═══ DATA ═══

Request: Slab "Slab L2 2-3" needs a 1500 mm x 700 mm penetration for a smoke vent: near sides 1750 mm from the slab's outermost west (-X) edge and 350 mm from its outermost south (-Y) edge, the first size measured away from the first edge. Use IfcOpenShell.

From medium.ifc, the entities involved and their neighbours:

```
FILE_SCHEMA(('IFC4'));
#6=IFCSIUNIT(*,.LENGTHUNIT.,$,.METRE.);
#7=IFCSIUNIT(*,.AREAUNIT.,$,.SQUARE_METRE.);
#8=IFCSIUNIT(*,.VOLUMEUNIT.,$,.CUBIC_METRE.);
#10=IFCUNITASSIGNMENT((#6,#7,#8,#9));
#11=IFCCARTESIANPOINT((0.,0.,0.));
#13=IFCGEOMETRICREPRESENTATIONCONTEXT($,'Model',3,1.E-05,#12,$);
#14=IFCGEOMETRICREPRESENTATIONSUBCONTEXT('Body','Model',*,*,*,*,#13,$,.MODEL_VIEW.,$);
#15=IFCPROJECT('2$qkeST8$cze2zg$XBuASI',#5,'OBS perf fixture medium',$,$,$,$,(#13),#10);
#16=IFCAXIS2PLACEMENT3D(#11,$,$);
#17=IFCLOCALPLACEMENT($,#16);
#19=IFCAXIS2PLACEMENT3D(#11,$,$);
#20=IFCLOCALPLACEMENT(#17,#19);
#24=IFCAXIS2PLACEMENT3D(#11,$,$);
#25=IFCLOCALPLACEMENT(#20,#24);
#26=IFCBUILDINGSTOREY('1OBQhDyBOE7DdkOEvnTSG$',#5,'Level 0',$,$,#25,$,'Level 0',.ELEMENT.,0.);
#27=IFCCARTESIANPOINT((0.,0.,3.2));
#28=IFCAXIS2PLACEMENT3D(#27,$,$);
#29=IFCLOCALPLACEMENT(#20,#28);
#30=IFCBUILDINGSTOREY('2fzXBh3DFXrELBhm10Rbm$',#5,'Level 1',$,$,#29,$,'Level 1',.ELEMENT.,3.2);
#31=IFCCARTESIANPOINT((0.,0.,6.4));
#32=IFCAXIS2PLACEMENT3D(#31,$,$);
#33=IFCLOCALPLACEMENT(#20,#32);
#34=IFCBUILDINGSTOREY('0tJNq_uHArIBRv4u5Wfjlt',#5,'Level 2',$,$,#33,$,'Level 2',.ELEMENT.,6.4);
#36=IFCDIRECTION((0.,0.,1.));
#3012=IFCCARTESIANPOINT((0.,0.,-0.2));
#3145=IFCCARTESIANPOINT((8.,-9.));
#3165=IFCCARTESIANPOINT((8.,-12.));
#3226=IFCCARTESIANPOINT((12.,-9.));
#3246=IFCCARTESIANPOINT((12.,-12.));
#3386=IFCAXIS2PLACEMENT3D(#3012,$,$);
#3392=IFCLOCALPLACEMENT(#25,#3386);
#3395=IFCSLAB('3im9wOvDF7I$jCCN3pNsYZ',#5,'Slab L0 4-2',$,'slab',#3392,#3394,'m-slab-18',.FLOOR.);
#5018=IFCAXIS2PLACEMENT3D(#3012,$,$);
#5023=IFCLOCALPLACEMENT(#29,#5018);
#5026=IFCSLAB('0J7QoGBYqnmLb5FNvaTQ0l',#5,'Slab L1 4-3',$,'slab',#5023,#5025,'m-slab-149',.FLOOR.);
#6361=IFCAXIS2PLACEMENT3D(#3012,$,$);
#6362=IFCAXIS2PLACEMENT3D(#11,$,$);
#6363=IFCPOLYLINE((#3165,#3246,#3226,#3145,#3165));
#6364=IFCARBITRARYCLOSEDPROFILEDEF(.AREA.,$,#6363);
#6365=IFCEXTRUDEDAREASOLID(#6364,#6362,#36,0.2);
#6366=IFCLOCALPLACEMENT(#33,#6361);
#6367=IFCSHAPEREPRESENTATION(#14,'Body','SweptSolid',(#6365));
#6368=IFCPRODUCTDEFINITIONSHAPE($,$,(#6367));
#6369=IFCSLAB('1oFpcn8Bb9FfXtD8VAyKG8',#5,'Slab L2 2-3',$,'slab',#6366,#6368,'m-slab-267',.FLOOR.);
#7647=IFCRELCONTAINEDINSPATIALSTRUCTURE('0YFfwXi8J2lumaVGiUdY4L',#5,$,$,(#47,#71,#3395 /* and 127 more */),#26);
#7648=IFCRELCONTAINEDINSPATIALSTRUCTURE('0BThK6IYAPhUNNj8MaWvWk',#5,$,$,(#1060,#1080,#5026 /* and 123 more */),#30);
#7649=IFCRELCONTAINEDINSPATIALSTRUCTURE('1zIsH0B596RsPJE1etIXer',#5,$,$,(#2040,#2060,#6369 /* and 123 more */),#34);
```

```python
import numpy as np
import ifcopenshell
import ifcopenshell.api.feature
import ifcopenshell.api.geometry
import ifcopenshell.api.root
import ifcopenshell.geom
import ifcopenshell.util.placement
import ifcopenshell.util.representation
import ifcopenshell.util.shape
import ifcopenshell.util.unit

model = ifcopenshell.open("medium.ifc")
unit_scale = ifcopenshell.util.unit.calculate_unit_scale(model)
settings = ifcopenshell.geom.settings()


def volume(element):
    """Net volume in cubic metres, openings subtracted."""
    shape = ifcopenshell.geom.create_shape(settings, element)
    return ifcopenshell.util.shape.get_volume(shape.geometry)


slab = model.by_id(6369)
before = volume(slab)

# Extent in the slab's own axes, in metres. The edges named are its -X and -Y sides.
slab_shape = ifcopenshell.geom.create_shape(settings, slab)
vertices = ifcopenshell.util.shape.get_vertices(slab_shape.geometry)
x_min, y_min, bottom = vertices.min(axis=0)
top = vertices[:, 2].max()

opening = ifcopenshell.api.root.create_entity(model, ifc_class="IfcOpeningElement", name="Smoke vent opening", predefined_type="OPENING")
context = ifcopenshell.util.representation.get_context(model, "Model", "Body", "MODEL_VIEW")
width, depth = 1.5, 0.7
outline = [(0.0, 0.0), (width, 0.0), (width, depth), (0.0, depth), (0.0, 0.0)]
# Overshoot both faces by 50 mm so the cut is clean.
shape = ifcopenshell.api.geometry.add_slab_representation(
    model, context=context, depth=top - bottom + 0.1, polyline=outline
)
ifcopenshell.api.geometry.assign_representation(model, product=opening, representation=shape)

matrix = ifcopenshell.util.placement.get_local_placement(slab.ObjectPlacement)
matrix[:, 3] = matrix @ np.append(np.array([x_min + 1.75, y_min + 0.35, bottom - 0.05]) / unit_scale, 1.0)
ifcopenshell.api.geometry.edit_object_placement(model, product=opening, matrix=matrix, is_si=False)
ifcopenshell.api.feature.add_feature(model, feature=opening, element=slab)

after = volume(slab)

print(f"slab volume {before:.3f} -> {after:.3f} m3")

model.write("medium-out.ifc")
```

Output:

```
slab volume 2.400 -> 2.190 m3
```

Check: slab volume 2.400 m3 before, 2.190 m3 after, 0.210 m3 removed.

═══

WORK ITEM: Every line in the listing that holds the string "IFCLOCALPLACEMENT" should be copied out.

YOUR SOLUTION:
#17=IFCLOCALPLACEMENT($,#16);
#20=IFCLOCALPLACEMENT(#17,#19);
#25=IFCLOCALPLACEMENT(#20,#24);
#29=IFCLOCALPLACEMENT(#20,#28);
#33=IFCLOCALPLACEMENT(#20,#32);
#3392=IFCLOCALPLACEMENT(#25,#3386);
#5023=IFCLOCALPLACEMENT(#29,#5018);
#6366=IFCLOCALPLACEMENT(#33,#6361);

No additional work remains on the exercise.